The congresswoman Cortez opened up about her trauma relating to the ongoing blame game of Capitol Riot.
"I'm a survivor of sexual assault," she said, holding back her tears. "And I haven't told many people that in my life."
Ms. Ocasio-Cortez, a high profile democratic leader who represents the 14th district in New York City, is also often a target of conservatives.
In an Instagram Live on Monday night, the 31-year-old disclosed little about her sexual assault ordeal, but said: "When we go through trauma, trauma compounds on each other."
She roasted conservative Republicans like Texas Senator Ted Cruz for deflecting the blame of their responsibility for the storming of the Capitol, which killed five people.
After Mr. Cruz last week agreed with Ms. Ocasio-Cortez on a policy matter, she tweeted: "You almost had me murdered three weeks ago so you can sit this one out."
"These are the tactics of abusers," she said during the broadcast to 150,000 or so viewers. "Or rather, these are the tactics that abusers use."
"And so when I see this happen, how I feel, how I felt was: 'Not again.' I'm not going to let this happen again. I'm not going to let it happen to me again. I'm not going to let it happen to the other people who've been victimized by this situation again. And I'm not going to let this happen to our country. We're not going to let it happen," she commented.
She also called out Senator Josh Hawley, a Missouri Republican, who joined Mr. Cruz in challenging the results of November's presidential election amid baseless claims of election fraud of former President Donald Trump. During her Instagram Live, she emphasized for accountability of one's action.
She stated, "The folks who are saying, "We should move on, 'We shouldn't have accountability,' et cetera, are saying: 'Can you just forget about this so we can, you know, do it again?"
Ms. Ocasio-Cortez described hiding in her bathroom at her congressional office during the chaos of the Capitol riot last month. "I thought I was going to die," she said.
She continued: "For so many people out there if you have experienced any sort of trauma, like just the fact of recognizing that and admitting it is already a huge step. Especially in a world where people are constantly trying to tell you that you didn't experience what you experienced or that you're lying."
"Or that, you know, those are additional traumas on top of what you've already experienced, right, if you're a survivor of abuse, or neglect, of verbal abuse, of sexual assault, you know, et cetera, there's the trauma of going through what you went through. And then there's the trauma afterward of people not believing you, or trying to publicly humiliate you, or trying to embarrass you. And that also gets internalized, too, because a lot of times you don't want to believe it either." Ms. Ocasio-Cortez said she was prepared for criticism after sharing her sexual assault story because it was not directly related to the Capitol riot.
"People are going to say that, 'Oh, she's just trying to make it about her,'" she said.

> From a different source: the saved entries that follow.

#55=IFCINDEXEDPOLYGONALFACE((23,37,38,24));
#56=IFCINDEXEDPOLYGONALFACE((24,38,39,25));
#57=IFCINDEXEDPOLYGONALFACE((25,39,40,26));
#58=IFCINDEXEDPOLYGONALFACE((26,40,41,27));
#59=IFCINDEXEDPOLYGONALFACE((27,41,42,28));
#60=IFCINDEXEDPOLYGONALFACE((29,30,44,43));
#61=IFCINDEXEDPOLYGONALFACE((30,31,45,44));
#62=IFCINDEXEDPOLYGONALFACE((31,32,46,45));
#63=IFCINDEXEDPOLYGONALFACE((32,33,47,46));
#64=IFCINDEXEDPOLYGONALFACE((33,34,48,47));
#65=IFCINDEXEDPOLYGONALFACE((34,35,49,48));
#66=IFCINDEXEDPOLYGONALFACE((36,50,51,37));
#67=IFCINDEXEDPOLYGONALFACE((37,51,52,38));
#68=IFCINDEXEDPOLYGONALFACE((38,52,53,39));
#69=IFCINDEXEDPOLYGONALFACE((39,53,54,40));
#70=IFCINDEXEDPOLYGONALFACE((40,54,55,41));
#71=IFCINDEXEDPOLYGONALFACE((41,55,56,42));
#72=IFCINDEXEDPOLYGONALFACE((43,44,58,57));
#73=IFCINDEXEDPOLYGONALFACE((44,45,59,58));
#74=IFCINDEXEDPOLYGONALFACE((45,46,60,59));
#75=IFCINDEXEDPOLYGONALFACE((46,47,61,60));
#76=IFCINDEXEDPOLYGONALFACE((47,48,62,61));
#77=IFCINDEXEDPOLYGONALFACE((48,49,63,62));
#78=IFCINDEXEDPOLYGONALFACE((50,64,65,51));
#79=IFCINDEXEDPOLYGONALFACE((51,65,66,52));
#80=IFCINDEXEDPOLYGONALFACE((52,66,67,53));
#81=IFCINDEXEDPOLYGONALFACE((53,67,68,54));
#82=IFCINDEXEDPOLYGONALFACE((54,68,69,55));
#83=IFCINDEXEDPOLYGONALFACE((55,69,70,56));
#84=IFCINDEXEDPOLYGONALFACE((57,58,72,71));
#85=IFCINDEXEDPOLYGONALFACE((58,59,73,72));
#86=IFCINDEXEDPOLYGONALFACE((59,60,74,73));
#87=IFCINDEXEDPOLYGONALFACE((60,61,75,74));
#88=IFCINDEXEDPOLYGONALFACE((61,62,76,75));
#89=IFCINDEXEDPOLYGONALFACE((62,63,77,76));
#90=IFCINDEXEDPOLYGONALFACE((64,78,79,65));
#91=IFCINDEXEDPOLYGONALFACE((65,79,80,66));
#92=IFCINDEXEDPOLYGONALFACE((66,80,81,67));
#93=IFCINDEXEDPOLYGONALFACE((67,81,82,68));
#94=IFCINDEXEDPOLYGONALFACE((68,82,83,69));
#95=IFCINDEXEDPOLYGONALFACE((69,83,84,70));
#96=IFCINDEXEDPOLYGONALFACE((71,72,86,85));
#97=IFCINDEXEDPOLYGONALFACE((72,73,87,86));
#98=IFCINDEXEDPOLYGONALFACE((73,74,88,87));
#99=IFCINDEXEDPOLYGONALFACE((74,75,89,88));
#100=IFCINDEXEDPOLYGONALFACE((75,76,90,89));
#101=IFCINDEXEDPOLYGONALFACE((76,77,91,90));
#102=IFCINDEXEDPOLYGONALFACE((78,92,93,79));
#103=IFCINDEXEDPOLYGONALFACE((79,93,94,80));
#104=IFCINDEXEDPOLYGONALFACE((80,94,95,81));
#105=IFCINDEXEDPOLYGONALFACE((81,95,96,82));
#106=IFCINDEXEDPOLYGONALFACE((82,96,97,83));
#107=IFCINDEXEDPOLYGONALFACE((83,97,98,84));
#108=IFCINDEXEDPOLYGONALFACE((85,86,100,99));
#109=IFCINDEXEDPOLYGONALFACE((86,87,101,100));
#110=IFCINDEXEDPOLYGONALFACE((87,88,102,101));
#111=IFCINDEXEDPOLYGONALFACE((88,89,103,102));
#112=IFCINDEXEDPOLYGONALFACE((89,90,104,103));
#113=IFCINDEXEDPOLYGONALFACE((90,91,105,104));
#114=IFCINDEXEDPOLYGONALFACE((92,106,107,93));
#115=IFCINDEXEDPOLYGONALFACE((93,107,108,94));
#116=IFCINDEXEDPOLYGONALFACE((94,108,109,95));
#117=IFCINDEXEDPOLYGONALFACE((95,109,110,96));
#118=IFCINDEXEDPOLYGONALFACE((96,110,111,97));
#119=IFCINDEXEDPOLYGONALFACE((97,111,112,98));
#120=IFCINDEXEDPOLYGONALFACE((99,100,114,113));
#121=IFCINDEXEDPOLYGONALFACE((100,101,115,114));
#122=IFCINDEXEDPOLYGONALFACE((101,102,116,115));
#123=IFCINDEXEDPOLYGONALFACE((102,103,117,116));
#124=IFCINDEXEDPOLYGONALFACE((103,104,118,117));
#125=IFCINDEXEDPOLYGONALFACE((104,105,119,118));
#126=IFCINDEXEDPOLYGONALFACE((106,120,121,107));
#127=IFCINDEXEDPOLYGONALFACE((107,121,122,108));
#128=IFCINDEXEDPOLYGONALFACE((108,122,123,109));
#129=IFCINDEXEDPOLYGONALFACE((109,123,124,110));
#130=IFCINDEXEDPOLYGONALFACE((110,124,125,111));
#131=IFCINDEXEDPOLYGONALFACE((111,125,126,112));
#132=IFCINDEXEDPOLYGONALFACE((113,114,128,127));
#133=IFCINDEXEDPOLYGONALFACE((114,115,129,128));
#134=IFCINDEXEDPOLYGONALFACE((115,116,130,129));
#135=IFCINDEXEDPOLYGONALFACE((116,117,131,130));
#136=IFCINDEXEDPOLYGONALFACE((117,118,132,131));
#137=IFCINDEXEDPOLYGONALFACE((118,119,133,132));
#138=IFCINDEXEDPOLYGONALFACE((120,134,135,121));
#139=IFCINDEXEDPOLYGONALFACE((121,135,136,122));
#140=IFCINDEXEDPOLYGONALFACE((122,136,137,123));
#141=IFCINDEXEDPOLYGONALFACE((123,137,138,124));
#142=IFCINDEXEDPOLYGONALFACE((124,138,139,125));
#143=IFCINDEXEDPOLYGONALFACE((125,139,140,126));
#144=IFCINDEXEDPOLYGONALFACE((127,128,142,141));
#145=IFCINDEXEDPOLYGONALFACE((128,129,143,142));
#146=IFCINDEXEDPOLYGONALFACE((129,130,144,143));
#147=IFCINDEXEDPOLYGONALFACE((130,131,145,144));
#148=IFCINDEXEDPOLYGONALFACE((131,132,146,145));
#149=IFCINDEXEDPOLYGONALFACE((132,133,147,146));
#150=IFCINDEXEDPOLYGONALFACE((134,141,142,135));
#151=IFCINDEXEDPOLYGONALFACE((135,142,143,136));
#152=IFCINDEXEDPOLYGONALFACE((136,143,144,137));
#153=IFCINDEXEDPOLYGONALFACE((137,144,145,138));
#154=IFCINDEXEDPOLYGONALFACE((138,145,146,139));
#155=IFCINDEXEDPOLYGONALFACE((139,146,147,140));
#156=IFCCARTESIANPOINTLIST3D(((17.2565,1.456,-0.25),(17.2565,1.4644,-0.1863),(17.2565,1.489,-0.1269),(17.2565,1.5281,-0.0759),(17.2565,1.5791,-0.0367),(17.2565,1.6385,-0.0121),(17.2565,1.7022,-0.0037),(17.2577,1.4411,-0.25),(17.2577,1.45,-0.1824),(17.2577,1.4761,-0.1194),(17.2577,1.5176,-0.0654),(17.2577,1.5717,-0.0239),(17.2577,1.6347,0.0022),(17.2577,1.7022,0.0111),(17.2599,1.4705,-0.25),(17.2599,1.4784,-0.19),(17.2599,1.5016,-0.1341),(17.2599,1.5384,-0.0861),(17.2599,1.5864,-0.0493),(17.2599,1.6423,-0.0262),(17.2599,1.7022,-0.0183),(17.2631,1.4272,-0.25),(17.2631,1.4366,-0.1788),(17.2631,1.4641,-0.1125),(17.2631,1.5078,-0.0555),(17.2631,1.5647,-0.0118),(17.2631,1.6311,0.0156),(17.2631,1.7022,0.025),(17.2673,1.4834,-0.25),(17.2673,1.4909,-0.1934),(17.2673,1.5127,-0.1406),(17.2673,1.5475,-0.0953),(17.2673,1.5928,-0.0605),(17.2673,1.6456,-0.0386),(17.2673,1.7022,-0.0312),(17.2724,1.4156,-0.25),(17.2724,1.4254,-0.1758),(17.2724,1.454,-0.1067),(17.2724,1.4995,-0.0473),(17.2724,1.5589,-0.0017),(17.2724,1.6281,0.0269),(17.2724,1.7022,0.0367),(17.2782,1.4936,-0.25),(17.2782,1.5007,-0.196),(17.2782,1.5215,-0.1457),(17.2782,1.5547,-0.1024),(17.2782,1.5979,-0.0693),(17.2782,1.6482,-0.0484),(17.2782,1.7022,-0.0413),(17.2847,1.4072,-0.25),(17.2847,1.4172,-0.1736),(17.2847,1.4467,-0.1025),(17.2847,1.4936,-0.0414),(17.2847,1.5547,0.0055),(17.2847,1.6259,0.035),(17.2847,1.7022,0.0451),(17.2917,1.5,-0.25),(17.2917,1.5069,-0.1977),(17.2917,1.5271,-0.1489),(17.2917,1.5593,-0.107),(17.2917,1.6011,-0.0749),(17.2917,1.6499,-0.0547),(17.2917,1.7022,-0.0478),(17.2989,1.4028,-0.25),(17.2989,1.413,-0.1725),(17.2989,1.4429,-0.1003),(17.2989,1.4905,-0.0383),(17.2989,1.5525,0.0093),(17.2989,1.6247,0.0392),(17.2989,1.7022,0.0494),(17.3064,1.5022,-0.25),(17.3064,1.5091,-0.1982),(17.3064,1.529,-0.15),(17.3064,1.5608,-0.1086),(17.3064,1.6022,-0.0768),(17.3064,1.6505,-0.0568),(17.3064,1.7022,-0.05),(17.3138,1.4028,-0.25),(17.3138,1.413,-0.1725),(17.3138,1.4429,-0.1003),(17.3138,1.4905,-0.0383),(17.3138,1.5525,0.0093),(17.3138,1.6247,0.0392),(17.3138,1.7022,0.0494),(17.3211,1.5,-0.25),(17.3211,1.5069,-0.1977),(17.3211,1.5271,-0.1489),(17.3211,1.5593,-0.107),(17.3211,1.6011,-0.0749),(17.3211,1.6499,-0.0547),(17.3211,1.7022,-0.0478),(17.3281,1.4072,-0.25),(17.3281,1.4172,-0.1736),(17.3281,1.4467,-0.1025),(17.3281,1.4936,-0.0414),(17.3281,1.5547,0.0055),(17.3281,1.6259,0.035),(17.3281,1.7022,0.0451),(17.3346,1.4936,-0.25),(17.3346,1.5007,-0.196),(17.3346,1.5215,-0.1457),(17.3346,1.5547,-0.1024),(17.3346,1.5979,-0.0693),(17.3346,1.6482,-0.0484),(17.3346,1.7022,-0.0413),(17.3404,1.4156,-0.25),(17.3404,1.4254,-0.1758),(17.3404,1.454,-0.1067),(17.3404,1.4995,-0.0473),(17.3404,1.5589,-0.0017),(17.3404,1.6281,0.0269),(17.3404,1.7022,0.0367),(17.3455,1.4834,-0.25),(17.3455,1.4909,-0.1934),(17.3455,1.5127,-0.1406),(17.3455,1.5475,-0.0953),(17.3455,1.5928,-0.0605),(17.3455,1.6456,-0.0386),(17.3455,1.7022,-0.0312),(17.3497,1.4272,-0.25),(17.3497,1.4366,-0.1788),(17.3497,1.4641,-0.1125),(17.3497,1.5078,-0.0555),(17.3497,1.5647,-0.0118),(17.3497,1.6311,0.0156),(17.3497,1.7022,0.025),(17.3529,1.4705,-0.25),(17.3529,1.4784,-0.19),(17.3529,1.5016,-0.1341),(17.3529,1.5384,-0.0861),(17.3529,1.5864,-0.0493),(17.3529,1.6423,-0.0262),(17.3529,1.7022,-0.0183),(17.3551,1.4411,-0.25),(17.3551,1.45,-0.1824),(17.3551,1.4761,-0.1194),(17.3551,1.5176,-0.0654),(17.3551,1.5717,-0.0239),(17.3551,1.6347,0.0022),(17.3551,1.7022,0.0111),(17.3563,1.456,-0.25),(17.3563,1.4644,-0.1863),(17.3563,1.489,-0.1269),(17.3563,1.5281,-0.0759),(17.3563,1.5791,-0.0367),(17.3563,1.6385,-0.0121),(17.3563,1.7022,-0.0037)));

"And, like, all of those normal, nagging thoughts. And, as I said, all of your traumas can intersect and interact."
She continued, "That man who touched you inappropriately at work, telling you to move on. Are they going to believe you? Or the adult who, you know, if they hurt you when you were a child and you grow up and you confront them about it and they try to tell you that what happened never happened." She said Congress had made counselors available for lawmakers, especially those who had encountered rioters, to help them process the ordeal.